Developing civic friendships
The RH debate has become a test case for us as a nation to think about how we can live in a socially differentiated society, where its members subscribe to a plurality of forms of knowledge arising from different experiences. Though a good number of us cling desperately to the promise of a unified nation from our beleaguered history of political fracture and cultural regionalism, the ability to engage into dialogue and learn from those whose backgrounds are so different from us is precisely what is needed for democratic participation. Other-regarding citizens are needed in this debate, those who, in the words of sociologist Randy David, “do not merely speak, but initiate new beginnings.” To deepen democratic practice in contemporary Philippines, it is no longer enough for us to say what we think, but understand its implications to the broader polity. The idea is not to always to push for consensus on truth claims which are often irreconcilable in a context where there are no longer timeless and authoritative sources of moral validity. Instead, we should aim to speak in terms that are noble and ennobling, the kind that generates “civic friendships.” Much like friends whose disagreements deepen rather than terminate a relationship, citizens must commit to communicative norms that allow us to disagree again tomorrow. And just like friendships, this relationship can grow into one that is trusting and mutually satisfying through time and effort, constant engagement and openness.
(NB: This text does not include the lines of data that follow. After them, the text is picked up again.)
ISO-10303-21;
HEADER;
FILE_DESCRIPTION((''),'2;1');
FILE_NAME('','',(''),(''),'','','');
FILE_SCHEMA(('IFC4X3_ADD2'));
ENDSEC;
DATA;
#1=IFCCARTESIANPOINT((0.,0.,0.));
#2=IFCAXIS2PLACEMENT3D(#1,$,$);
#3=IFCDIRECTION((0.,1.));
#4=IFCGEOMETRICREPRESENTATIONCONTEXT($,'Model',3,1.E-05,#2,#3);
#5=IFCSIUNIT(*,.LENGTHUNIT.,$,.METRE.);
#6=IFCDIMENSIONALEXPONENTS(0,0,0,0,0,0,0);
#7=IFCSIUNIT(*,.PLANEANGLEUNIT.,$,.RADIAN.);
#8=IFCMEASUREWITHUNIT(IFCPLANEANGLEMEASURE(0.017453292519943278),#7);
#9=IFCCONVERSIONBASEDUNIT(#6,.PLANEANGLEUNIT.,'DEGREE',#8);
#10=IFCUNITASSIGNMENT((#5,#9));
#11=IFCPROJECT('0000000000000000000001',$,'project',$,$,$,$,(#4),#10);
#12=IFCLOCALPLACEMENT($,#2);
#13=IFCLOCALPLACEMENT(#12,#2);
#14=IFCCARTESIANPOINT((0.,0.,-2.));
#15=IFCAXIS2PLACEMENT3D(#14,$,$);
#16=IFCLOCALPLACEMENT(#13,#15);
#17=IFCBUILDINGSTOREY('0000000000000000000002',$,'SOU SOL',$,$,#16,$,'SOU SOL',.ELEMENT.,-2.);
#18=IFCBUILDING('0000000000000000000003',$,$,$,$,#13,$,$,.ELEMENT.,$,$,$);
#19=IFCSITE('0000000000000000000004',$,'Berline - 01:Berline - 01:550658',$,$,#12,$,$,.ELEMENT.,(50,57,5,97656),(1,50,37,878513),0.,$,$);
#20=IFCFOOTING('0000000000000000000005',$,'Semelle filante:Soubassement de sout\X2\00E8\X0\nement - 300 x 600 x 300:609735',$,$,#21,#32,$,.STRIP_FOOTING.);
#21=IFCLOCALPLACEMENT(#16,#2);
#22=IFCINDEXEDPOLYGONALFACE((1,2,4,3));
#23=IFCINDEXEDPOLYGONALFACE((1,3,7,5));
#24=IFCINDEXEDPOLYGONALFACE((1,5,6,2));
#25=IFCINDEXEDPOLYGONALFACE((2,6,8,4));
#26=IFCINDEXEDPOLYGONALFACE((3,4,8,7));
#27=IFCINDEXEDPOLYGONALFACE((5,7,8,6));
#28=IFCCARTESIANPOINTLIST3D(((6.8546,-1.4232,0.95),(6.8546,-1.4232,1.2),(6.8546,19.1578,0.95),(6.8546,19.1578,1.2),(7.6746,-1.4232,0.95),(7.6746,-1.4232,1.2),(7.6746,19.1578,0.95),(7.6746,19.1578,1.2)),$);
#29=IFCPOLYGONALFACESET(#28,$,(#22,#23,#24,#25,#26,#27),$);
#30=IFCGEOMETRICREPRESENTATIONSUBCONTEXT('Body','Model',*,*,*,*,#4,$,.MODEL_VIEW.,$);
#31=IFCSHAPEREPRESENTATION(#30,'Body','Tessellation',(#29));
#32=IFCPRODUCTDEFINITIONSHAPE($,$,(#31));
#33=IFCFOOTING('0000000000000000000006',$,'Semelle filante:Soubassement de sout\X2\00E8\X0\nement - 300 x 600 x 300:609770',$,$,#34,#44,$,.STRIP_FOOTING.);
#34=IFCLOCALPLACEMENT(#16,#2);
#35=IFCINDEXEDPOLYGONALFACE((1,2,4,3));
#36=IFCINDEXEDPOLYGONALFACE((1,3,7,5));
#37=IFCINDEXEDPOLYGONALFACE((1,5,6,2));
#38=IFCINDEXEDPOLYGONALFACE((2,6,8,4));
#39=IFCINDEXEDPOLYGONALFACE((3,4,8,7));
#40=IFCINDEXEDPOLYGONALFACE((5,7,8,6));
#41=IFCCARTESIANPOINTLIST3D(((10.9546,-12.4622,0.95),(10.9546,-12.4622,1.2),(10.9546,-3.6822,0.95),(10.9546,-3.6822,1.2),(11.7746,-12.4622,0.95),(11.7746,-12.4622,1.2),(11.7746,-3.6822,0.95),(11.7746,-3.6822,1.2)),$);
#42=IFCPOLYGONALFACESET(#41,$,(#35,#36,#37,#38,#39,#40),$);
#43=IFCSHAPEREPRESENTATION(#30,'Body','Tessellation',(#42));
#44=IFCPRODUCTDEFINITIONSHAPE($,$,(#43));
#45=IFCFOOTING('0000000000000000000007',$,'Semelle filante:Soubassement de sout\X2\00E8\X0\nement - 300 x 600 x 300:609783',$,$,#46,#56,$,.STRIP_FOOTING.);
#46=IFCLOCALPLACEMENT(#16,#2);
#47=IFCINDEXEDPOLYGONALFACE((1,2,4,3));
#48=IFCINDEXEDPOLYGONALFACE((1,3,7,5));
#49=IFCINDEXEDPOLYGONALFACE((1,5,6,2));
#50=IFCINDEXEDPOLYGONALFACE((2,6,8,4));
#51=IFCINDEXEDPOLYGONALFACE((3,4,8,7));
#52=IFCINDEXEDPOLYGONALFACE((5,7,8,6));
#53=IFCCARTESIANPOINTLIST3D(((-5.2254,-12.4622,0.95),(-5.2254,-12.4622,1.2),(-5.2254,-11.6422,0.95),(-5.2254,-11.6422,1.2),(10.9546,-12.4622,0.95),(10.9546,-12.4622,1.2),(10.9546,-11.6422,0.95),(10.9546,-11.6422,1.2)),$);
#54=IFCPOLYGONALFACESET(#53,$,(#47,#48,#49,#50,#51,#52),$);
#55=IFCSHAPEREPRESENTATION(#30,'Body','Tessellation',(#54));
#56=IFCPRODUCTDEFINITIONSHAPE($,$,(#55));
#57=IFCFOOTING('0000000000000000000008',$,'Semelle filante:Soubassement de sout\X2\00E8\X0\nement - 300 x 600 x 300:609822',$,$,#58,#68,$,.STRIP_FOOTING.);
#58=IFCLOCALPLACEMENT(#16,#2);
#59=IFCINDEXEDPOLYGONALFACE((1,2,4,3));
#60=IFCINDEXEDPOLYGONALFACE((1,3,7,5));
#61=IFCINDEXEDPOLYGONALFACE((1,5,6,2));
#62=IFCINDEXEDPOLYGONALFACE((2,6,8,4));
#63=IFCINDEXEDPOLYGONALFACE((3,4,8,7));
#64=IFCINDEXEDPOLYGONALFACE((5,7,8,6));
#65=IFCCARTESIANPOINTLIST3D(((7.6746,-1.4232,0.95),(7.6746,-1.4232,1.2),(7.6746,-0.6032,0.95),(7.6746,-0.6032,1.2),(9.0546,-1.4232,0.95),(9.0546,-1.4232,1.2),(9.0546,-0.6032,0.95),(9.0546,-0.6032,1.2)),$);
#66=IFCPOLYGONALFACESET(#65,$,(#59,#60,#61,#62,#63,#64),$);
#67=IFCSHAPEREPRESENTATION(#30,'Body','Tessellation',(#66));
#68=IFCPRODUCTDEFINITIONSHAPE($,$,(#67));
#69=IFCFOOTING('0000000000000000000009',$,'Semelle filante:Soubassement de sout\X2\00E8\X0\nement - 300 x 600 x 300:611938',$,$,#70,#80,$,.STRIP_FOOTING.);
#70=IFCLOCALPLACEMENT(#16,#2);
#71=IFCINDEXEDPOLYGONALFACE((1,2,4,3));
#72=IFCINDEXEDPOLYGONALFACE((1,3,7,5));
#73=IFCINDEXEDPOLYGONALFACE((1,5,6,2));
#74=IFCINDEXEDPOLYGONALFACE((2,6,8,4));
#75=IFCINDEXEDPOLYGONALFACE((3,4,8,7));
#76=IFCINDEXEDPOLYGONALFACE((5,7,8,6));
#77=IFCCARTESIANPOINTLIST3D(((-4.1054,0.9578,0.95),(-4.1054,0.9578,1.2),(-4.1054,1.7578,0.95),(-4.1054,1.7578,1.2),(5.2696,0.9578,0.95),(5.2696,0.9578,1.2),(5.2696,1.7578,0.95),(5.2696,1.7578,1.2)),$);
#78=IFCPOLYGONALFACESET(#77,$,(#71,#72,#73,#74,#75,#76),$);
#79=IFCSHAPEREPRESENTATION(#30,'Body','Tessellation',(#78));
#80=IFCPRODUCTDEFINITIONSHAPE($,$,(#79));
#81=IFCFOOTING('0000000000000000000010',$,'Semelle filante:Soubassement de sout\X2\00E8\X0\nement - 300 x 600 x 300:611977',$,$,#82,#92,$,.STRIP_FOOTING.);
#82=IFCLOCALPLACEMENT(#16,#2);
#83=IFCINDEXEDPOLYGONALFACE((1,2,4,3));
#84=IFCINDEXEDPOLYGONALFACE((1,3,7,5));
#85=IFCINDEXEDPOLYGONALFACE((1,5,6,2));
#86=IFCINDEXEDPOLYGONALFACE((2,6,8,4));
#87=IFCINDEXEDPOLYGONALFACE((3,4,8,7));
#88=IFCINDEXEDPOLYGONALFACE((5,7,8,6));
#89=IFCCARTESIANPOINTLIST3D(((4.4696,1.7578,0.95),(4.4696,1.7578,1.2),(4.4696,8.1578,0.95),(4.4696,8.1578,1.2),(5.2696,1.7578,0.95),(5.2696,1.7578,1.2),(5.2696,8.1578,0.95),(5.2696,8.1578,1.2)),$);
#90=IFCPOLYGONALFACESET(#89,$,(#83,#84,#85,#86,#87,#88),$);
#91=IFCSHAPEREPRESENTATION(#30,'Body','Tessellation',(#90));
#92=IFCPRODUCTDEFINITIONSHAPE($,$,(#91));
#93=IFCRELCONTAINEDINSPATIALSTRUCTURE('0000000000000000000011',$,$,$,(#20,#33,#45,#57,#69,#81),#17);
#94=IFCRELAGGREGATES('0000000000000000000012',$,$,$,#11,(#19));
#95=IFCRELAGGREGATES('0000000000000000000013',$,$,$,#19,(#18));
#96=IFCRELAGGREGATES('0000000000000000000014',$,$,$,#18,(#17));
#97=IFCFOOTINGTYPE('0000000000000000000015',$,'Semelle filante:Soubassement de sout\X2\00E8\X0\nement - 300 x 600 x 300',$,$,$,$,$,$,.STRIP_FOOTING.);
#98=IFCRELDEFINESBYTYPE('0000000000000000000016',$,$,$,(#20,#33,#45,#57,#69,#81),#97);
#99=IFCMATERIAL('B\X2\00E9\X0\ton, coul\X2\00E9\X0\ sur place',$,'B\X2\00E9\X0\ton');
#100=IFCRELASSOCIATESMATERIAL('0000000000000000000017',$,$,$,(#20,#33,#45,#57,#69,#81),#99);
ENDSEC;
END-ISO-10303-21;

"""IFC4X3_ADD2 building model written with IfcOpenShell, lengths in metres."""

from ifc_helpers import new_model, entity, si_unit, converted_unit, direction, frame, frame_2d, origin, place, context, subcontext, project, spatial, rectangle, extrude, material, type_object, element, save


model = new_model("IFC4X3_ADD2")

# Units and contexts
model_context = context("Model", 3, precision=1e-05, world=origin(), true_north=direction((0.0, 1.0)))
body_context = subcontext(model_context, "Body", "Model", "MODEL_VIEW")
ifc_project = project(units=[si_unit("LENGTHUNIT", "METRE"), converted_unit("PLANEANGLEUNIT", "DEGREE", entity("IfcPlaneAngleMeasure", 0.017453292519943278), si_unit("PLANEANGLEUNIT", "RADIAN"), dimensions=[0, 0, 0, 0, 0, 0, 0])], contexts=[model_context])

# Site, building, storey
site_placement = place(None, origin())
site = spatial("IfcSite", under=ifc_project, at=site_placement, Name="Berline - 01:Berline - 01:550658", CompositionType="ELEMENT", RefLatitude=(50, 57, 5, 97656), RefLongitude=(1, 50, 37, 878513), RefElevation=0.0)
building_placement = place(site_placement, origin())
building = spatial("IfcBuilding", under=site, at=building_placement, CompositionType="ELEMENT")
storey_placement = place(building_placement, frame((0.0, 0.0, -2.0)))
storey = spatial("IfcBuildingStorey", under=building, at=storey_placement, Name="SOU SOL", LongName="SOU SOL", CompositionType="ELEMENT", Elevation=-2.0)

# Footings
ifc_material = material(Name="Béton, coulé sur place", Category="Béton")
footing_type = type_object("IfcFootingType", Name="Semelle filante:Soubassement de soutènement - 300 x 600 x 300", PredefinedType="STRIP_FOOTING")
footing_1_placement = place(storey_placement, frame((6.8546, -1.4232, 0.95)))
element("IfcFooting", 1, at=footing_1_placement, inside=storey, type_object=footing_type, material=ifc_material, Name="Semelle filante:Soubassement de soutènement - 300 x 600 x 300:609735", PredefinedType="STRIP_FOOTING", context=body_context, shape_type="SweptSolid", body=[
    extrude(rectangle(XDim=20.581, YDim=0.82, at=frame_2d((0.0, 0.0), x_axis=(1.0, 0.0))), frame((0.41, 10.2905, 0.0), z_axis=(0.0, 0.0, 1.0), x_axis=(0.0, -1.0, 0.0)), (0.0, 0.0, 1.0), 0.25),
])
footing_2_placement = place(storey_placement, frame((10.9546, -12.4622, 0.95)))
element("IfcFooting", 2, at=footing_2_placement, inside=storey, type_object=footing_type, material=ifc_material, Name="Semelle filante:Soubassement de soutènement - 300 x 600 x 300:609770", PredefinedType="STRIP_FOOTING", context=body_context, shape_type="SweptSolid", body=[
    extrude(rectangle(XDim=8.78, YDim=0.82, at=frame_2d((0.0, 0.1367), x_axis=(1.0, 0.0))), frame((0.2733, 4.39, 0.0), z_axis=(0.0, 0.0, 1.0), x_axis=(0.0, -1.0, 0.0)), (0.0, 0.0, 1.0), 0.25),
])
footing_3_placement = place(storey_placement, frame((-5.2254, -12.4622, 0.95)))
element("IfcFooting", 3, at=footing_3_placement, inside=storey, type_object=footing_type, material=ifc_material, Name="Semelle filante:Soubassement de soutènement - 300 x 600 x 300:609783", PredefinedType="STRIP_FOOTING", context=body_context, shape_type="SweptSolid", body=[
    extrude(rectangle(XDim=16.18, YDim=0.82, at=frame_2d((0.0, 0.0), x_axis=(1.0, 0.0))), frame((8.09, 0.41, 0.0)), (0.0, 0.0, 1.0), 0.25),
])
footing_4_placement = place(storey_placement, frame((7.6746, -1.4232, 0.95)))
element("IfcFooting", 4, at=footing_4_placement, inside=storey, type_object=footing_type, material=ifc_material, Name="Semelle filante:Soubassement de soutènement - 300 x 600 x 300:609822", PredefinedType="STRIP_FOOTING", context=body_context, shape_type="SweptSolid", body=[
    extrude(rectangle(XDim=1.38, YDim=0.82, at=frame_2d((0.0, 0.0), x_axis=(1.0, 0.0))), frame((0.69, 0.41, 0.0)), (0.0, 0.0, 1.0), 0.25),
])
footing_5_placement = place(storey_placement, frame((-4.1054, 0.9578, 0.95)))
element("IfcFooting", 5, at=footing_5_placement, inside=storey, type_object=footing_type, material=ifc_material, Name="Semelle filante:Soubassement de soutènement - 300 x 600 x 300:611938", PredefinedType="STRIP_FOOTING", context=body_context, shape_type="SweptSolid", body=[
    extrude(rectangle(XDim=9.375, YDim=0.8, at=frame_2d((0.0, -0.1333), x_axis=(1.0, 0.0))), frame((4.6875, 0.5333, 0.0)), (0.0, 0.0, 1.0), 0.25),
])
footing_6_placement = place(storey_placement, frame((4.4696, 1.7578, 0.95)))
element("IfcFooting", 6, at=footing_6_placement, inside=storey, type_object=footing_type, material=ifc_material, Name="Semelle filante:Soubassement de soutènement - 300 x 600 x 300:611977", PredefinedType="STRIP_FOOTING", context=body_context, shape_type="SweptSolid", body=[
    extrude(rectangle(XDim=6.4, YDim=0.8, at=frame_2d((0.0, 0.0), x_axis=(1.0, 0.0))), frame((0.4, 3.2, 0.0), z_axis=(0.0, 0.0, 1.0), x_axis=(0.0, 1.0, 0.0)), (0.0, 0.0, 1.0), 0.25),
])

save(model, "model.ifc")
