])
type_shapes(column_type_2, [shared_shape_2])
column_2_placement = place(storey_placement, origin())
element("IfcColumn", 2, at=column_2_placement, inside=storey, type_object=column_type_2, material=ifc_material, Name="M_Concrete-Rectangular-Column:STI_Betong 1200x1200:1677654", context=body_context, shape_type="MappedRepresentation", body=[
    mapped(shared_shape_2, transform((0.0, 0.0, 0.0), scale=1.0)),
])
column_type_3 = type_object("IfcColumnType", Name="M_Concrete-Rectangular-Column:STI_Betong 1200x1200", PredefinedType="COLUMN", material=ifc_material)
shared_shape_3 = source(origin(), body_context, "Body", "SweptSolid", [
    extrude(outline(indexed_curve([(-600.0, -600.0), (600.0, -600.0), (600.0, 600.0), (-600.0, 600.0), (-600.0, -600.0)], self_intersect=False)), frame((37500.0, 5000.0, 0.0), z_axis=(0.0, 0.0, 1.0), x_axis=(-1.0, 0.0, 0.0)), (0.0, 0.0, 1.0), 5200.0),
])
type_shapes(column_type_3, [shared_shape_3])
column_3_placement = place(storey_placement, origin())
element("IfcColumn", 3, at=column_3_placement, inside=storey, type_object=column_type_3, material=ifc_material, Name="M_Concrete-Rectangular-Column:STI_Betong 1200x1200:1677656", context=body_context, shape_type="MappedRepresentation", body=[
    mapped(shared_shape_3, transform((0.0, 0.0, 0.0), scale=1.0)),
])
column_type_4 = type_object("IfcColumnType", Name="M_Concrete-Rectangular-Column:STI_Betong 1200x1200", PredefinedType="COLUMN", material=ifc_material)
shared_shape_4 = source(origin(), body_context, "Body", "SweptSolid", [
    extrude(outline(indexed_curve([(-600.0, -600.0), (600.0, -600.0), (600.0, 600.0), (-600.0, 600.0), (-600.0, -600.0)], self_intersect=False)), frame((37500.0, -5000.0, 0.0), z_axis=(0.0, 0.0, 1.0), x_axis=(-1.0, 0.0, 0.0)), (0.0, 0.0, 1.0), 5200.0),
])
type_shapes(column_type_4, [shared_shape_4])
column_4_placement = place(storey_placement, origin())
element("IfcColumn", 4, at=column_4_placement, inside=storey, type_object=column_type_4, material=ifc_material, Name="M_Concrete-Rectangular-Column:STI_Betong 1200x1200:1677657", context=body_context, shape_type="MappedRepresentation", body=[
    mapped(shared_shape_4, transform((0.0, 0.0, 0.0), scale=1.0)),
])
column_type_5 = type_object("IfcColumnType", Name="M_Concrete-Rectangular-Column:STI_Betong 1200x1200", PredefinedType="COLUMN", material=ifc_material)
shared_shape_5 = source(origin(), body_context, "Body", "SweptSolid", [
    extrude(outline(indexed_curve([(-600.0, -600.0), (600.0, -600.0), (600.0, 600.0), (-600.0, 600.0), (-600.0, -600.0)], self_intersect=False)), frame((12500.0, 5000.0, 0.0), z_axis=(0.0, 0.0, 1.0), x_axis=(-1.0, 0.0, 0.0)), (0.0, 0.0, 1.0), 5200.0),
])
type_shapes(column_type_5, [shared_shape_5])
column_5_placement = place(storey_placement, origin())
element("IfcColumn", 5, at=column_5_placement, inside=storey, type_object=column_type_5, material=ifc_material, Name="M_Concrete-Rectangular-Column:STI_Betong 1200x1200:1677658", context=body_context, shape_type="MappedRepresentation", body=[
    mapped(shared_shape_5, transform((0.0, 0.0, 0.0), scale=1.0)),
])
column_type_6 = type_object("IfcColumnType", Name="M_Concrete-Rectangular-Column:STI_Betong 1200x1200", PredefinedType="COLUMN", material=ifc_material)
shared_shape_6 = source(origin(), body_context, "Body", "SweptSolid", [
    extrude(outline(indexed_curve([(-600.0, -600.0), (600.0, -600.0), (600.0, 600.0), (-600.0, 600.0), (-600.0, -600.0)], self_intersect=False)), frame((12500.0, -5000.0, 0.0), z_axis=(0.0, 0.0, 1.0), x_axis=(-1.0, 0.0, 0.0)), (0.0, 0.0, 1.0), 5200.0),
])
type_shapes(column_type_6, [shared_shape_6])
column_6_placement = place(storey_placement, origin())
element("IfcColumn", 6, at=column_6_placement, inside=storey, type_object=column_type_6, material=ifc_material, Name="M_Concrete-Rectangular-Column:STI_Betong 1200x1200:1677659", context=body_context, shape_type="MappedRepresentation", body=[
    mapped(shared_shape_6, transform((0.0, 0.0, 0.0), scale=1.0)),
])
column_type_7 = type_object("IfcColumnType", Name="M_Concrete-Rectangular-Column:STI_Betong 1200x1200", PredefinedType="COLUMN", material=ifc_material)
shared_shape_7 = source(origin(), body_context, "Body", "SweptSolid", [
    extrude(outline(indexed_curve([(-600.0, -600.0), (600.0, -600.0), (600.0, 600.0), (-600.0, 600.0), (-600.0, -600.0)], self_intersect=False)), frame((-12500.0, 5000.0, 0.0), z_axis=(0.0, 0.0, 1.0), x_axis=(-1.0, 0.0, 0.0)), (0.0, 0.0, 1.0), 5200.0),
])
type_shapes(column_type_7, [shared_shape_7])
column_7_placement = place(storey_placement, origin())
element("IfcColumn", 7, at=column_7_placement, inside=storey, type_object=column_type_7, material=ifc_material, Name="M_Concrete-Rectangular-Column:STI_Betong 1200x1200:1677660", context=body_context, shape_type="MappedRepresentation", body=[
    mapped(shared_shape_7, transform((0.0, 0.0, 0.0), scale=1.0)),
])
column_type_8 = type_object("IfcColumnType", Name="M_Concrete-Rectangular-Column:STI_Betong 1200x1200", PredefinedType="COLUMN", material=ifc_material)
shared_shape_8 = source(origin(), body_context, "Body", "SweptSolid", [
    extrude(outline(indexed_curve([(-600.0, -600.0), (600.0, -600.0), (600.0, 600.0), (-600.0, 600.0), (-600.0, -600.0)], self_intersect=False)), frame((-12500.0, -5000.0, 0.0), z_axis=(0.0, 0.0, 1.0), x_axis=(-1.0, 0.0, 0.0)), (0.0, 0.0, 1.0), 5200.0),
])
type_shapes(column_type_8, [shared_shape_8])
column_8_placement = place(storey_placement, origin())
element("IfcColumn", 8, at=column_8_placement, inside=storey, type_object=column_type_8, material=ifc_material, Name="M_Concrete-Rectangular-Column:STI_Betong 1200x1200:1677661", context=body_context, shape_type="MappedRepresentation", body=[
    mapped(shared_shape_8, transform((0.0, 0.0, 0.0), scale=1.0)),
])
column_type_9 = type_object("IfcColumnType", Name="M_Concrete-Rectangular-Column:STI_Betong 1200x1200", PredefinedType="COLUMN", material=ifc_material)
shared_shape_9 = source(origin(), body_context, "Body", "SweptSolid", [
Given the depth of social division and polarization today, it is becoming more apparent that the lasting consequences of the RH debate lie not just in the outcome of its vote, but in the relationships forged and fractured as a result of the words we have used against each other to argue, persuade, overwhelm, and ridicule. We should take the challenge of critically reflecting on our behaviour in the past months as a shared future for both camps is possible if each would seek to understand the thoughts that they hate.